Collected data:
[Start of section]

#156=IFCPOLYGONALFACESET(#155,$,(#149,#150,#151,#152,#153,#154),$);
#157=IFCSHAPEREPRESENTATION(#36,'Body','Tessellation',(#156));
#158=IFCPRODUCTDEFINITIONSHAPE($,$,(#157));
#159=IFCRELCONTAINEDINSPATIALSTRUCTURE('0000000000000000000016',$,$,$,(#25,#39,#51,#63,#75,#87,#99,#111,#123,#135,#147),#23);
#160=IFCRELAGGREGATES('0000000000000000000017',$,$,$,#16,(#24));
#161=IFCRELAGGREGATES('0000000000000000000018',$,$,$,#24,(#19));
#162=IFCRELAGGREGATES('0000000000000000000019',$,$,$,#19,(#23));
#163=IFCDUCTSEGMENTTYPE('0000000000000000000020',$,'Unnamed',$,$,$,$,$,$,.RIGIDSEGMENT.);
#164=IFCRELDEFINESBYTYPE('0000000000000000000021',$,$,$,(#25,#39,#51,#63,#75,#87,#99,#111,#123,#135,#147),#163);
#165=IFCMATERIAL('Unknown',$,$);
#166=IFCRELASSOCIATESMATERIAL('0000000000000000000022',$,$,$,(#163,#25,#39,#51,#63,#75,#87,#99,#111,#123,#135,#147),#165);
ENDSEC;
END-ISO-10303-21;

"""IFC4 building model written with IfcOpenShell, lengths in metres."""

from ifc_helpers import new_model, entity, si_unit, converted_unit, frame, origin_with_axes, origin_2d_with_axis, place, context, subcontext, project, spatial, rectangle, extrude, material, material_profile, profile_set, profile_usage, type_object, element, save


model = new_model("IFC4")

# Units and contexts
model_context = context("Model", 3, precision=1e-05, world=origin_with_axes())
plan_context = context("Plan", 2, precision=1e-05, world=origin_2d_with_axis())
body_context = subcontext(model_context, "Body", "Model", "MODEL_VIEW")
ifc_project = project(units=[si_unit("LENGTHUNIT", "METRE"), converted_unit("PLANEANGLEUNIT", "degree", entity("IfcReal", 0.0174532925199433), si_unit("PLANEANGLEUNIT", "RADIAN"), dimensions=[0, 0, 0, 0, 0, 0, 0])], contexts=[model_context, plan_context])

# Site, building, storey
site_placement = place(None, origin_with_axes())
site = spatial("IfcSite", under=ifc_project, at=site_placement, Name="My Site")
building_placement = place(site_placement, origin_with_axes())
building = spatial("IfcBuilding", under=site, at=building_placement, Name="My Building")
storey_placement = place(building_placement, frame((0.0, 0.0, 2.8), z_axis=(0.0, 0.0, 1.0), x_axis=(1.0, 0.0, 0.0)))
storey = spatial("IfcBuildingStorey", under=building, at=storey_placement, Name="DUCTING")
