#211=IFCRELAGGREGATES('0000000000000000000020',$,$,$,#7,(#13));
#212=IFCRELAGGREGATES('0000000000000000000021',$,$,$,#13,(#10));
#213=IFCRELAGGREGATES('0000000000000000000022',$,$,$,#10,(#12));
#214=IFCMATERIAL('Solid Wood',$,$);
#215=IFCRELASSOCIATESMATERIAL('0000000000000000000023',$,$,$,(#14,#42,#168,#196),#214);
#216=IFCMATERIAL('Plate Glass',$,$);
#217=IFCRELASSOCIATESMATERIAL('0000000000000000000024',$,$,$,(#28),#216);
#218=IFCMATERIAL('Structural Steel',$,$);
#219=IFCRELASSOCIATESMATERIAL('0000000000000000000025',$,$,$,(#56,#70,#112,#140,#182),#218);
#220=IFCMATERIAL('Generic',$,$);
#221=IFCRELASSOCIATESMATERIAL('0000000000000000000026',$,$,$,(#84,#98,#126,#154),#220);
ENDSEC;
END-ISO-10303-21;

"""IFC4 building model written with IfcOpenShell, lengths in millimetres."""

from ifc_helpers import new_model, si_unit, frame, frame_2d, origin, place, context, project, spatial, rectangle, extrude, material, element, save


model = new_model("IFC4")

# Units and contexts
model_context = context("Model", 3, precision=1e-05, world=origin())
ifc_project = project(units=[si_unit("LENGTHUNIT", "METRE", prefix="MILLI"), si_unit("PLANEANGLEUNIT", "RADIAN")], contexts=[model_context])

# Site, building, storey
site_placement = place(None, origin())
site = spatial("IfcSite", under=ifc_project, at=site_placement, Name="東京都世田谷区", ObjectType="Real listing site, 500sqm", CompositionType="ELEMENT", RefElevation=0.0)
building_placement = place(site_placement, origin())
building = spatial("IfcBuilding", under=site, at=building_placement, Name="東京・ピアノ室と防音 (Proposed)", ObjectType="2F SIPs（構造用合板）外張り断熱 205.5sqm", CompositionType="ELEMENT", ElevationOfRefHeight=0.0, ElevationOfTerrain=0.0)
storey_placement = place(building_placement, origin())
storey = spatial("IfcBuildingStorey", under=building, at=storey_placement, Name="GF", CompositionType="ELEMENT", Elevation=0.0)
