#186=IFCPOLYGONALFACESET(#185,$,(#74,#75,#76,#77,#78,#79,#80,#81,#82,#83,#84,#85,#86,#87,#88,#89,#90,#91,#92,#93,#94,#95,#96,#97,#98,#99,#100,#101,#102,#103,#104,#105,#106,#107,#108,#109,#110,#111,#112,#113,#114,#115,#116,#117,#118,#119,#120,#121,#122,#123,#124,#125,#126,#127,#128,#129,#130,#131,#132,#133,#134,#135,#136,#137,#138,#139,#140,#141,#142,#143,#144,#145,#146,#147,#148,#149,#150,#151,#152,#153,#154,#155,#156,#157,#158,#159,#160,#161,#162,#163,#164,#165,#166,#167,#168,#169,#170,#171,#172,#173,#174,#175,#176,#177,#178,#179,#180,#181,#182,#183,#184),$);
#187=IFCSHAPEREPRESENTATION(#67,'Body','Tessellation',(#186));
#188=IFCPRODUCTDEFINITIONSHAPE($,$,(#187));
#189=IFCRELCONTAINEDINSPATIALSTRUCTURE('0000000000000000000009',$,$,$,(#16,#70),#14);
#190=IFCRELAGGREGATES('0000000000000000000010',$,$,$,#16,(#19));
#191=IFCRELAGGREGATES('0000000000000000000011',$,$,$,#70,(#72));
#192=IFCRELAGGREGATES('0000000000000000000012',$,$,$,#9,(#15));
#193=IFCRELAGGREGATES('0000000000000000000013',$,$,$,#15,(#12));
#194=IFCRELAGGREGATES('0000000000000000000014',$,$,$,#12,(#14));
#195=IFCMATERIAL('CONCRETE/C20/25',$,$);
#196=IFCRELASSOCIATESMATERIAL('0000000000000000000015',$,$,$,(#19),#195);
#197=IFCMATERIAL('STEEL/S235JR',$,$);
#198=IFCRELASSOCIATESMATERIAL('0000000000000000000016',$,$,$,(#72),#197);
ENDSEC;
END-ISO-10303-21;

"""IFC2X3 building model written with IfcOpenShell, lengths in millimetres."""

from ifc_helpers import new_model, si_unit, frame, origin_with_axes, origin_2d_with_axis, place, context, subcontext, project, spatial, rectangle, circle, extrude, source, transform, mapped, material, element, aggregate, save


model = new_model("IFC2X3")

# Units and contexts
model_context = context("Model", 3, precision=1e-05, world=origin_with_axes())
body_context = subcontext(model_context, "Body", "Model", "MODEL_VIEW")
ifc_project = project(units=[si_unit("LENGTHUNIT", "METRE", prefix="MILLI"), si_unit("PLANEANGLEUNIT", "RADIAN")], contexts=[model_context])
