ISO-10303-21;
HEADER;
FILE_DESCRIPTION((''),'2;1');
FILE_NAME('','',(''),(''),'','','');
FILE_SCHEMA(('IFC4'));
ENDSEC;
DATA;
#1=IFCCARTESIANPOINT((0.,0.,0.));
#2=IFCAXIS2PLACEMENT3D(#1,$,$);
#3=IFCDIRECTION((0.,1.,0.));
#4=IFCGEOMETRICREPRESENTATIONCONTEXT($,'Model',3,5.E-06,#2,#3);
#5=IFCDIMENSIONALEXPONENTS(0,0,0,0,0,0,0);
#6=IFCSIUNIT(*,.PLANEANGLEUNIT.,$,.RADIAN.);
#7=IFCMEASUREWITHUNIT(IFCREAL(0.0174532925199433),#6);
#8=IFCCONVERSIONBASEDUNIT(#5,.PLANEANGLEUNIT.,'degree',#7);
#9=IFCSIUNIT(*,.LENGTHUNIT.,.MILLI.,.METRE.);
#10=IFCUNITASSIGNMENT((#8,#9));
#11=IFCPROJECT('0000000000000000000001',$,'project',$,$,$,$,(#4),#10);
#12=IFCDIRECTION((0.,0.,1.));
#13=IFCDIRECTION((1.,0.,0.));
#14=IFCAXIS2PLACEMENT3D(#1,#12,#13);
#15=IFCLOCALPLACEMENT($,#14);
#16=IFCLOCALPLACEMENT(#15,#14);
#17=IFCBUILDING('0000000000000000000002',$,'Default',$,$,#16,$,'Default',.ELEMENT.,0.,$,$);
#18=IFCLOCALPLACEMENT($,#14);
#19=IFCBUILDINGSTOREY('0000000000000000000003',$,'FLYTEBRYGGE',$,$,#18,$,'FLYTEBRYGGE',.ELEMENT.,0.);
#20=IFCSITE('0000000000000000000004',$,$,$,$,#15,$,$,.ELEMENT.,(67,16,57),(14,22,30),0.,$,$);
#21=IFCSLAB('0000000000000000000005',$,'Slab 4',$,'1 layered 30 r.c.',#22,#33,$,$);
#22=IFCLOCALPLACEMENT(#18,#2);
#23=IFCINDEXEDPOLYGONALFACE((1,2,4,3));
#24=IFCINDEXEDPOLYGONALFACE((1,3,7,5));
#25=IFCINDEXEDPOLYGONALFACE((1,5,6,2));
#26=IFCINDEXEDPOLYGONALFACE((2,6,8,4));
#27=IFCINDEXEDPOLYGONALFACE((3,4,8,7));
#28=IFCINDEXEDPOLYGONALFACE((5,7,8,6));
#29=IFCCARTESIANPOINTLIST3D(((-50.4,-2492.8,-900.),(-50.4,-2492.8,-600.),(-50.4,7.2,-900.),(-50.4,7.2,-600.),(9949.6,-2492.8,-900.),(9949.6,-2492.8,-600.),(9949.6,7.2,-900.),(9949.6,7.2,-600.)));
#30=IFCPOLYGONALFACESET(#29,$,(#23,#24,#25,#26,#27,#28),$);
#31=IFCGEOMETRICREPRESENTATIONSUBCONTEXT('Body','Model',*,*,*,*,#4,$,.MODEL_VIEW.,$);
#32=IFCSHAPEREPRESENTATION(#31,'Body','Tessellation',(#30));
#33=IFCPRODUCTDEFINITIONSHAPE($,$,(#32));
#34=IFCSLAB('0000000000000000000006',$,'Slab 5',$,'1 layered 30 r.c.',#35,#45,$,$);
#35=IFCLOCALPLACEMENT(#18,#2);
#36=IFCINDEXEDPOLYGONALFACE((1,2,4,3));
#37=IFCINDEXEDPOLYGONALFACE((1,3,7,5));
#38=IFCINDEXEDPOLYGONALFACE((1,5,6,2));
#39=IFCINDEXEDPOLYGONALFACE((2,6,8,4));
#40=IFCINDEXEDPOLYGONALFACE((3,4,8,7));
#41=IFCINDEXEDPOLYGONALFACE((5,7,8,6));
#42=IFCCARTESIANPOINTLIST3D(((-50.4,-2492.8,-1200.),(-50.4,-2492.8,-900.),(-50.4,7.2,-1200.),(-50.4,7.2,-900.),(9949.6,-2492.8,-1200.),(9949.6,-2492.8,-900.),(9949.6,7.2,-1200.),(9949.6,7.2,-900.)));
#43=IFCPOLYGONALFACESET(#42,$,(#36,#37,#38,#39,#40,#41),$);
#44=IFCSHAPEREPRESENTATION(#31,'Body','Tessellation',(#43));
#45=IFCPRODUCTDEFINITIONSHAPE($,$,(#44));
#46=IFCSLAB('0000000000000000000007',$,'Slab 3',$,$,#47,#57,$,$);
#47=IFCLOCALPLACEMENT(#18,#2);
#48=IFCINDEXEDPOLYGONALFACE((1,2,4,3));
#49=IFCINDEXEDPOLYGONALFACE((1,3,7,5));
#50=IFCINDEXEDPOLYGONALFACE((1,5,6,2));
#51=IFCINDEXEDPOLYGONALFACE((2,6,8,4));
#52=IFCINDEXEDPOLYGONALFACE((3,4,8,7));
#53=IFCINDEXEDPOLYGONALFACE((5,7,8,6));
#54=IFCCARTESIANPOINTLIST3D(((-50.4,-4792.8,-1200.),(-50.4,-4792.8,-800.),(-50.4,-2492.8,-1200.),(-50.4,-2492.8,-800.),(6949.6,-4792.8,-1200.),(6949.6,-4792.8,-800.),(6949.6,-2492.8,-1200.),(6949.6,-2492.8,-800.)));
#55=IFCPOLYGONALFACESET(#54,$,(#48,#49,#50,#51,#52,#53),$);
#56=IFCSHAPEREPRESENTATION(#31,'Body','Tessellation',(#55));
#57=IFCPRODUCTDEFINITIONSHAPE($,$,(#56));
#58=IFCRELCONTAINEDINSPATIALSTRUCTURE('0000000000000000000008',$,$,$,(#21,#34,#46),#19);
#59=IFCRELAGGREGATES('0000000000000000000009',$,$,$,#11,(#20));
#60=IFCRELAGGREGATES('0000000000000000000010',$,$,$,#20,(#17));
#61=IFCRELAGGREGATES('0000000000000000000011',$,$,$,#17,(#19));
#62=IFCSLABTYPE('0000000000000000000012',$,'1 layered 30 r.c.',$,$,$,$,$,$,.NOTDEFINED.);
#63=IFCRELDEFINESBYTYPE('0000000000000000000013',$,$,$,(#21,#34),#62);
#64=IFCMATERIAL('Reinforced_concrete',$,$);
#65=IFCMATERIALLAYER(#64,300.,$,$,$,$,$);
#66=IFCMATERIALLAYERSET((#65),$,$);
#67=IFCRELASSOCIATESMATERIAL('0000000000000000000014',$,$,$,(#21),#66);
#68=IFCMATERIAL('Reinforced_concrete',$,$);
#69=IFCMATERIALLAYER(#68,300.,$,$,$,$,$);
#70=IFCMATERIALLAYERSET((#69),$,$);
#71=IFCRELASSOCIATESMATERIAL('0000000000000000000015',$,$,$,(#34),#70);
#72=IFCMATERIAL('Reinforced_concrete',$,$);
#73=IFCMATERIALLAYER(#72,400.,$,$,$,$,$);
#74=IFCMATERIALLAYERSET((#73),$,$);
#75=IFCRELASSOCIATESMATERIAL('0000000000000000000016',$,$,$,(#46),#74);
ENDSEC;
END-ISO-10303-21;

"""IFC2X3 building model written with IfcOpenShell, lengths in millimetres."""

from ifc_helpers import new_model, entity, si_unit, converted_unit, direction, frame, origin, origin_with_axes, place, context, subcontext, project, spatial, polyline, outline, extrude, material, layer, layer_set, layer_usage, type_object, element, save


model = new_model("IFC2X3")

# Units and contexts
model_context = context("Model", 3, precision=5e-06, world=origin(), true_north=direction((0.0, 1.0, 0.0)))
body_context = subcontext(model_context, "Body", "Model", "MODEL_VIEW")
ifc_project = project(units=[converted_unit("PLANEANGLEUNIT", "degree", entity("IfcReal", 0.0174532925199433), si_unit("PLANEANGLEUNIT", "RADIAN"), dimensions=[0, 0, 0, 0, 0, 0, 0]), si_unit("LENGTHUNIT", "METRE", prefix="MILLI")], contexts=[model_context])

# Site, building, storey
site_placement = place(None, origin_with_axes())
site = spatial("IfcSite", under=ifc_project, at=site_placement, CompositionType="ELEMENT", RefLatitude=(67, 16, 57), RefLongitude=(14, 22, 30), RefElevation=0.0)
building_placement = place(site_placement, origin_with_axes())
building = spatial("IfcBuilding", under=site, at=building_placement, Name="Default", LongName="Default", CompositionType="ELEMENT", ElevationOfRefHeight=0.0)
storey_placement = place(None, origin_with_axes())
storey = spatial("IfcBuildingStorey", under=building, at=storey_placement, Name="FLYTEBRYGGE", LongName="FLYTEBRYGGE", CompositionType="ELEMENT", Elevation=0.0)

# Slabs
ifc_material_1 = material(Name="Reinforced_concrete")
ifc_layer_1 = layer(ifc_material_1, 300.0)
ifc_layer_set_1 = layer_set([ifc_layer_1])
ifc_layer_usage_1 = layer_usage(ifc_layer_set_1, "AXIS3", "NEGATIVE", 0.0)
slab_type = type_object("IfcSlabType", Name="1 layered 30 r.c.", PredefinedType="NOTDEFINED")
slab_1_placement = place(storey_placement, frame((4949.6, -1242.8, -600.0), z_axis=(0.0, 0.0, 1.0), x_axis=(1.0, 0.0, 0.0)))
element("IfcSlab", 1, at=slab_1_placement, inside=storey, type_object=slab_type, material=ifc_layer_usage_1, Name="Slab 4", ObjectType="1 layered 30 r.c.", context=body_context, shape_type="SweptSolid", body=[
    extrude(outline(polyline([(-50.4, -2492.8), (9949.6, -2492.8), (9949.6, 7.2), (-50.4, 7.2), (-50.4, -2492.8)])), frame((-4949.6, 1242.8, -300.0), z_axis=(0.0, 0.0, 1.0), x_axis=(1.0, 0.0, 0.0)), (0.0, 0.0, 1.0), 300.0),
])
ifc_material_2 = material(Name="Reinforced_concrete")
ifc_layer_2 = layer(ifc_material_2, 300.0)
ifc_layer_set_2 = layer_set([ifc_layer_2])
ifc_layer_usage_2 = layer_usage(ifc_layer_set_2, "AXIS3", "NEGATIVE", 0.0)
slab_2_placement = place(storey_placement, frame((4949.6, -1242.8, -900.0), z_axis=(0.0, 0.0, 1.0), x_axis=(1.0, 0.0, 0.0)))
element("IfcSlab", 2, at=slab_2_placement, inside=storey, type_object=slab_type, material=ifc_layer_usage_2, Name="Slab 5", ObjectType="1 layered 30 r.c.", context=body_context, shape_type="SweptSolid", body=[
    extrude(outline(polyline([(-50.4, -2492.8), (9949.6, -2492.8), (9949.6, 7.2), (-50.4, 7.2), (-50.4, -2492.8)])), frame((-4949.6, 1242.8, -300.0), z_axis=(0.0, 0.0, 1.0), x_axis=(1.0, 0.0, 0.0)), (0.0, 0.0, 1.0), 300.0),
])
ifc_material_3 = material(Name="Reinforced_concrete")
ifc_layer_3 = layer(ifc_material_3, 400.0)
ifc_layer_set_3 = layer_set([ifc_layer_3])
ifc_layer_usage_3 = layer_usage(ifc_layer_set_3, "AXIS3", "NEGATIVE", 0.0)
slab_3_placement = place(storey_placement, frame((3449.6, -3642.8, -800.0), z_axis=(0.0, 0.0, 1.0), x_axis=(1.0, 0.0, 0.0)))
element("IfcSlab", 3, at=slab_3_placement, inside=storey, material=ifc_layer_usage_3, Name="Slab 3", context=body_context, shape_type="SweptSolid", body=[
    extrude(outline(polyline([(-50.4, -4792.8), (6949.6, -4792.8), (6949.6, -2492.8), (-50.4, -2492.8), (-50.4, -4792.8)])), frame((-3449.6, 3642.8, -400.0), z_axis=(0.0, 0.0, 1.0), x_axis=(1.0, 0.0, 0.0)), (0.0, 0.0, 1.0), 400.0),
])

save(model, "model.ifc")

[End of section]

◆ Task requirements ◆
What lines above contain "IFCRELCONTAINEDINSPATIALSTRUCTURE"? Copy them out.

◆ Response area ◆
#159=IFCRELCONTAINEDINSPATIALSTRUCTURE('0000000000000000000016',$,$,$,(#25,#39,#51,#63,#75,#87,#99,#111,#123,#135,#147),#23);
#189=IFCRELCONTAINEDINSPATIALSTRUCTURE('0000000000000000000009',$,$,$,(#16,#70),#14);
#58=IFCRELCONTAINEDINSPATIALSTRUCTURE('0000000000000000000008',$,$,$,(#21,#34,#46),#19);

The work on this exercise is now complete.